Paul Miller, an assistant professor at Louisiana State University, feels that machine learning can help forecasters sort out some of the randomness in an atmospheric setup.
“Even on days that we believe favorable for severe thunderstorms, not all thunderstorms turn out to be severe due to numerous other processes also affecting thunderstorm intensity,” Miller wrote. “Machine and deep learning techniques can potentially help forecasters refine their severe weather forecasts to better include not only the storms that ‘talk the talk’ but also ultimately ‘walk the walk,’ particularly when combined with radar-based characteristics.”
Miller described Gagne’s paper as “a very advanced meteorological application of deep learning that illustrates how much storm-scale information can be gleaned from model output” beyond that of coarser, lower-resolution weather models.
But it’s not all about the atmospheric sciences. David Wanik is an assistant professor at the University of Connecticut School of Business who studies natural hazards and their impacts with machine learning. He said Gagne’s project could offer new insight into the computer science elements, as well.
“Understanding why a model makes a prediction can be equally as important as the accuracy of the prediction itself,” Wanik wrote. “This paper is an excellent example of how scientists can interact with deep learning models, glean new insights and spark new research ideas from observing how deep learning models treat their input data.”
Gagne hopes that his endeavor may eventually serve as a supplement to meteorologists when dealing with the forecasting and warning of hail events.
“Our goal is to help better forecast hours or even days in advance,” Gagne said. His aspirations include both making more accurate real-time warnings but also stretching the warning time. If forecasters can predict the structure of storms before they form, Gagne’s work may offer insight into potential hail size before the first radar blips appear or storms develop.
“Then we could tell folks to maybe change their plans, put their car in the garage, tweak their outdoor schedules,” Gagne said. He believes this to be of great appeal to larger-scale interests, as well, such as for event planners or those in the transportation sector. “You could bring in more staff to help with crowd control at the airport or to move the planes faster.”
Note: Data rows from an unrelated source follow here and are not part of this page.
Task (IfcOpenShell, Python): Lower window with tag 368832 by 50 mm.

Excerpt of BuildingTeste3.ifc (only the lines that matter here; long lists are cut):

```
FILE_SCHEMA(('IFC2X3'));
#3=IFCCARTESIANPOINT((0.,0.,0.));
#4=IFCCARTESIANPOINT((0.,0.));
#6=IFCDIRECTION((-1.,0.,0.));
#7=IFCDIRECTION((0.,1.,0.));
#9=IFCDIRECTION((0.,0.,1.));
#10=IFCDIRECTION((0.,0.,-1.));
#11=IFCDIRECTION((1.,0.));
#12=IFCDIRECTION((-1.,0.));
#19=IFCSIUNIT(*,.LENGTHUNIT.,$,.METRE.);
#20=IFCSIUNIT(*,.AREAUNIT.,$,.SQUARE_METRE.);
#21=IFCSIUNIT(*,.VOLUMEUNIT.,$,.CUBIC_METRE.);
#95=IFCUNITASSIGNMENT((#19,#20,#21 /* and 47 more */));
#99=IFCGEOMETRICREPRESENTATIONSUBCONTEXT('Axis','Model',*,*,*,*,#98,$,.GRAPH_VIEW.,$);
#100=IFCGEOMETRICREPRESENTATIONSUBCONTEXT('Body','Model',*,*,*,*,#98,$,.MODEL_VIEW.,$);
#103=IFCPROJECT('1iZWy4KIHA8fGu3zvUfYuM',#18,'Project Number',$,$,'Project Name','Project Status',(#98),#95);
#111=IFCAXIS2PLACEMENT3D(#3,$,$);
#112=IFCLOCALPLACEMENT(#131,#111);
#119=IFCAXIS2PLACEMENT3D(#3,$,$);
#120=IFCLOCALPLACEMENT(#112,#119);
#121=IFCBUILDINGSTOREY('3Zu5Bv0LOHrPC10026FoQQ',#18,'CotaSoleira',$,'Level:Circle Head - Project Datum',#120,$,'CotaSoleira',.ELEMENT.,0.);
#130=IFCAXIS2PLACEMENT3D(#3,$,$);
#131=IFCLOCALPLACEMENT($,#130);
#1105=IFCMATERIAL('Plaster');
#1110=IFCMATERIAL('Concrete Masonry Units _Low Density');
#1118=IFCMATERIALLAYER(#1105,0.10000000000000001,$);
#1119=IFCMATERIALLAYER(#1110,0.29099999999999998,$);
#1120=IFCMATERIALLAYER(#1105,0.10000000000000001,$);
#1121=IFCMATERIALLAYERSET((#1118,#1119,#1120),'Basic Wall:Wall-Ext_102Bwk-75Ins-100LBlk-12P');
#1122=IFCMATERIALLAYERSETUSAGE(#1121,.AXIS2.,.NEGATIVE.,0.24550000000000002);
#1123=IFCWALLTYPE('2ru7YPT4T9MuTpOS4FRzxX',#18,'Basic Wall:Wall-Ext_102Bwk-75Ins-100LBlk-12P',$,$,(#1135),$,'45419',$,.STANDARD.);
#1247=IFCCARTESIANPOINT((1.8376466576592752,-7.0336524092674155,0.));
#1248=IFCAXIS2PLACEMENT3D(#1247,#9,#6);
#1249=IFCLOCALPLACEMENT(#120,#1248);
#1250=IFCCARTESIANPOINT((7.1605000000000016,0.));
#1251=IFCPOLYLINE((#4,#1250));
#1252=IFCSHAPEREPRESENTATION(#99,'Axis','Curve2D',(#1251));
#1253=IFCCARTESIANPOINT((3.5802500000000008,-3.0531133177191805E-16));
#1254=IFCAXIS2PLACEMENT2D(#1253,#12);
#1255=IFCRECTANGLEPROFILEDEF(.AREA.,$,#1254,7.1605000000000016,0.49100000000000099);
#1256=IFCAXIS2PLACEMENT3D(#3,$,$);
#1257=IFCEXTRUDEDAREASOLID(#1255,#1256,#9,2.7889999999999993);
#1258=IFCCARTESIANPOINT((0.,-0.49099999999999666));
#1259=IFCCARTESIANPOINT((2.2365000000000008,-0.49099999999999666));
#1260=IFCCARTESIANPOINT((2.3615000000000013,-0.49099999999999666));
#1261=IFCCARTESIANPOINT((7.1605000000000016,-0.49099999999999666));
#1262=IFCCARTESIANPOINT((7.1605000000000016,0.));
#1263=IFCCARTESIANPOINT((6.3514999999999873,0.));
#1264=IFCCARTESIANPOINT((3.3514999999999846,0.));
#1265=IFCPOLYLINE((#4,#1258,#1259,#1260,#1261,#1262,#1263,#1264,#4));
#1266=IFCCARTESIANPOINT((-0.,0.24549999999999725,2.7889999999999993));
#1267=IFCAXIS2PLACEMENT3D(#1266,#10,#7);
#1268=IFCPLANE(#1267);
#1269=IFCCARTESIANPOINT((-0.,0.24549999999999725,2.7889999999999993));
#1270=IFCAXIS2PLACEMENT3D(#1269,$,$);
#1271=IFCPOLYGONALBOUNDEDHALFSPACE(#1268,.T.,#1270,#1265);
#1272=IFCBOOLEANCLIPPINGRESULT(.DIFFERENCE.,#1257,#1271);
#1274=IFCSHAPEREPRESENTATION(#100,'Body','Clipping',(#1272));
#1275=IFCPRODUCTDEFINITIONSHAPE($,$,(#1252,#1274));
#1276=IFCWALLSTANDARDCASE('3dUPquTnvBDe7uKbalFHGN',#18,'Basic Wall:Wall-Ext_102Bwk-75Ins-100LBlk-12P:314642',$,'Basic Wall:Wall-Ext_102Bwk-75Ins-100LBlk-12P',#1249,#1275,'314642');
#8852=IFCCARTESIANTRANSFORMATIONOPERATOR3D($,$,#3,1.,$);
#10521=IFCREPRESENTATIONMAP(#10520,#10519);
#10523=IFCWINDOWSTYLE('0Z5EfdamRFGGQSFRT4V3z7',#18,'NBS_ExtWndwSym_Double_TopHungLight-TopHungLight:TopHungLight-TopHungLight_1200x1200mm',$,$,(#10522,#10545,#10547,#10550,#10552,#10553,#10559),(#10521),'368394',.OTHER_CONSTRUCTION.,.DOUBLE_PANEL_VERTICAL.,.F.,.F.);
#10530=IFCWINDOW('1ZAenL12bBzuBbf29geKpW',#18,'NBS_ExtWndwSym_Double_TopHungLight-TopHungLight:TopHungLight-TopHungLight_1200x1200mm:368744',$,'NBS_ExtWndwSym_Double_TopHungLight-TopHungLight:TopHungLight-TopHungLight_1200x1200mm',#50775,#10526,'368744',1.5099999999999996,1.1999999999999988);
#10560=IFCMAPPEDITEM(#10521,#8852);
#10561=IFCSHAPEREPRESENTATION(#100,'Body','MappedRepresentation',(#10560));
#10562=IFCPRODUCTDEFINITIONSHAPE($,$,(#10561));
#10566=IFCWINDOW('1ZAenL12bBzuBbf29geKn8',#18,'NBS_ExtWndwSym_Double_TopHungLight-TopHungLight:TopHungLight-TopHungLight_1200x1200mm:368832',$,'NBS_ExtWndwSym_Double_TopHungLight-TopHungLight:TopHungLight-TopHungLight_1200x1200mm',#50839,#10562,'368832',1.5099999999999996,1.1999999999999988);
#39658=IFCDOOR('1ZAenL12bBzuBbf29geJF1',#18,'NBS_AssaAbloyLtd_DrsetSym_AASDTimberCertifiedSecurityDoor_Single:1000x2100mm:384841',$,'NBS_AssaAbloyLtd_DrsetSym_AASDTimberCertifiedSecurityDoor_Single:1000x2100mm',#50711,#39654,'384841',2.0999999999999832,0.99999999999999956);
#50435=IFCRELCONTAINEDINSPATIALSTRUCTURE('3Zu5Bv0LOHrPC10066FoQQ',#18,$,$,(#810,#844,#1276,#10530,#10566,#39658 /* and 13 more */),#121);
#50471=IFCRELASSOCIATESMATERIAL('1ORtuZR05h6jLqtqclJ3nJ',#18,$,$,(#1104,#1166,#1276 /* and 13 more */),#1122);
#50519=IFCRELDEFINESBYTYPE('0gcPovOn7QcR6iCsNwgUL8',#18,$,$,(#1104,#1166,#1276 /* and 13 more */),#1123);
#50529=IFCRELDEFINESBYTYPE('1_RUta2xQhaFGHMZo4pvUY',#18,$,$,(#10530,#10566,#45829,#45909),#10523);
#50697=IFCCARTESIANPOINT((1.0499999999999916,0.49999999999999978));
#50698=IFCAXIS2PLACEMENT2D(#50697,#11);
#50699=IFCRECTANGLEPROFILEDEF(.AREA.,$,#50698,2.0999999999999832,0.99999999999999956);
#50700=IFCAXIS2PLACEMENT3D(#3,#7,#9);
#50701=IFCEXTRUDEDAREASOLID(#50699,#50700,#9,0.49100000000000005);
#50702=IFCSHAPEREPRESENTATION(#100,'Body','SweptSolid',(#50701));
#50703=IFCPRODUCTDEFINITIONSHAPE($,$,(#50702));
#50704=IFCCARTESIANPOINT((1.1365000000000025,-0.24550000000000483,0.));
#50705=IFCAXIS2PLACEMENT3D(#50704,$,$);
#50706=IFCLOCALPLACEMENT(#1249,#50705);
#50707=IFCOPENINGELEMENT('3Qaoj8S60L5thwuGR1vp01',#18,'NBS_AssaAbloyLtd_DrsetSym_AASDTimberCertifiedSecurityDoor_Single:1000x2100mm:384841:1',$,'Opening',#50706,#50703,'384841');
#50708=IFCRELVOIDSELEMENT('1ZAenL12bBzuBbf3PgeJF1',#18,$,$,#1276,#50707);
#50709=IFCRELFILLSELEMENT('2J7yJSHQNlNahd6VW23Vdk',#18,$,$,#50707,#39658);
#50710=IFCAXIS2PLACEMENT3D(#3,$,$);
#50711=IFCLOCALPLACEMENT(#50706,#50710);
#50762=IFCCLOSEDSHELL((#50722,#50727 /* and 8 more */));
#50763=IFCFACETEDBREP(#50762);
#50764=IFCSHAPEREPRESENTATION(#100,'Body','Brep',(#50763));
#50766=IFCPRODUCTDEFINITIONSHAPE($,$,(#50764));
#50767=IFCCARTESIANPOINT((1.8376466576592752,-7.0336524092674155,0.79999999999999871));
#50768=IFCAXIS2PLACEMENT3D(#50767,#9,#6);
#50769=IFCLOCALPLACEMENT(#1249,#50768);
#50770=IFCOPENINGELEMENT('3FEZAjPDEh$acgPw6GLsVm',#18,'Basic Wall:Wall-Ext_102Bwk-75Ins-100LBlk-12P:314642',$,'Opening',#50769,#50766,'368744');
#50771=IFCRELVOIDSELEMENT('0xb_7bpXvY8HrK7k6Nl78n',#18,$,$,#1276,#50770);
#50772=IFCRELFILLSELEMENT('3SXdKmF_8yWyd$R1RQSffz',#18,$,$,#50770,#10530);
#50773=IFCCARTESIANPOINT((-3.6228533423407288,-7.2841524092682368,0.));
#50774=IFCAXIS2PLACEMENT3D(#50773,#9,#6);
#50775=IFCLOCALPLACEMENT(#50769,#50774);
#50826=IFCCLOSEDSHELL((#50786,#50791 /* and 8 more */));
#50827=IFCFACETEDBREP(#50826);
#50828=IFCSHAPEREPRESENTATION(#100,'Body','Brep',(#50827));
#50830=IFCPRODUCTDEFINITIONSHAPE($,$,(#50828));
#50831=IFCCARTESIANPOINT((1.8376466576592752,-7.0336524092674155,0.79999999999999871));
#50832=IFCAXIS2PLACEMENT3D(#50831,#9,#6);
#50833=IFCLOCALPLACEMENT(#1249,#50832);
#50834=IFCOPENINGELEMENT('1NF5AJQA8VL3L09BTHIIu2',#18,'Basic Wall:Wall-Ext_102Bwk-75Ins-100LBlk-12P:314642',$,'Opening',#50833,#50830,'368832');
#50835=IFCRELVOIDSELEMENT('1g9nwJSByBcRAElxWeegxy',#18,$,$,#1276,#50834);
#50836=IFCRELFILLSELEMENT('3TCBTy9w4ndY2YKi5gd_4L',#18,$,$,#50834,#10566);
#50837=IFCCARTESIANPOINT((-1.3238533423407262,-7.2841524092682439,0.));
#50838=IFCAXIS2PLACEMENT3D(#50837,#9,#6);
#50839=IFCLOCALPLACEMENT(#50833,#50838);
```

```python
import numpy as np
import ifcopenshell
import ifcopenshell.api.geometry
import ifcopenshell.util.placement
import ifcopenshell.util.unit

model = ifcopenshell.open("BuildingTeste3.ifc")
unit_scale = ifcopenshell.util.unit.calculate_unit_scale(model)

window = model.by_guid("1ZAenL12bBzuBbf29geKn8")
opening = window.FillsVoids[0].RelatingOpeningElement
dz = -0.05

shift = np.array([0.0, 0.0, dz])
# The window is placed relative to its opening, so it follows when the opening moves.
matrix = ifcopenshell.util.placement.get_local_placement(opening.ObjectPlacement)
matrix[:3, 3] += shift
ifcopenshell.api.geometry.edit_object_placement(
    model, product=opening, matrix=matrix, is_si=False, should_transform_children=True
)

print(f"moved by {dz * unit_scale:+.3f} m")

model.write("BuildingTeste3_v2.ifc")
```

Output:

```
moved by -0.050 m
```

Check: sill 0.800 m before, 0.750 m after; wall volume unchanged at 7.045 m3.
“This could save tons of money,” he said. “Since 2008, we’ve had more than $10 billion in hail damage every year. If you have a hailstorm going through a hail-prone city like Dallas or Minneapolis or Phoenix every few years, it can add up fast."
Gagne himself has witnessed firsthand the destructive power of hail. “The biggest I’ve seen was baseball size during a storm chase in Moore, Oklahoma, in 2010,” he said. Less than four years later, his vehicle suffered major damage when a similar-magnitude hailstorm ripped through the town of Norman. “That was to the tune of several thousand dollars.”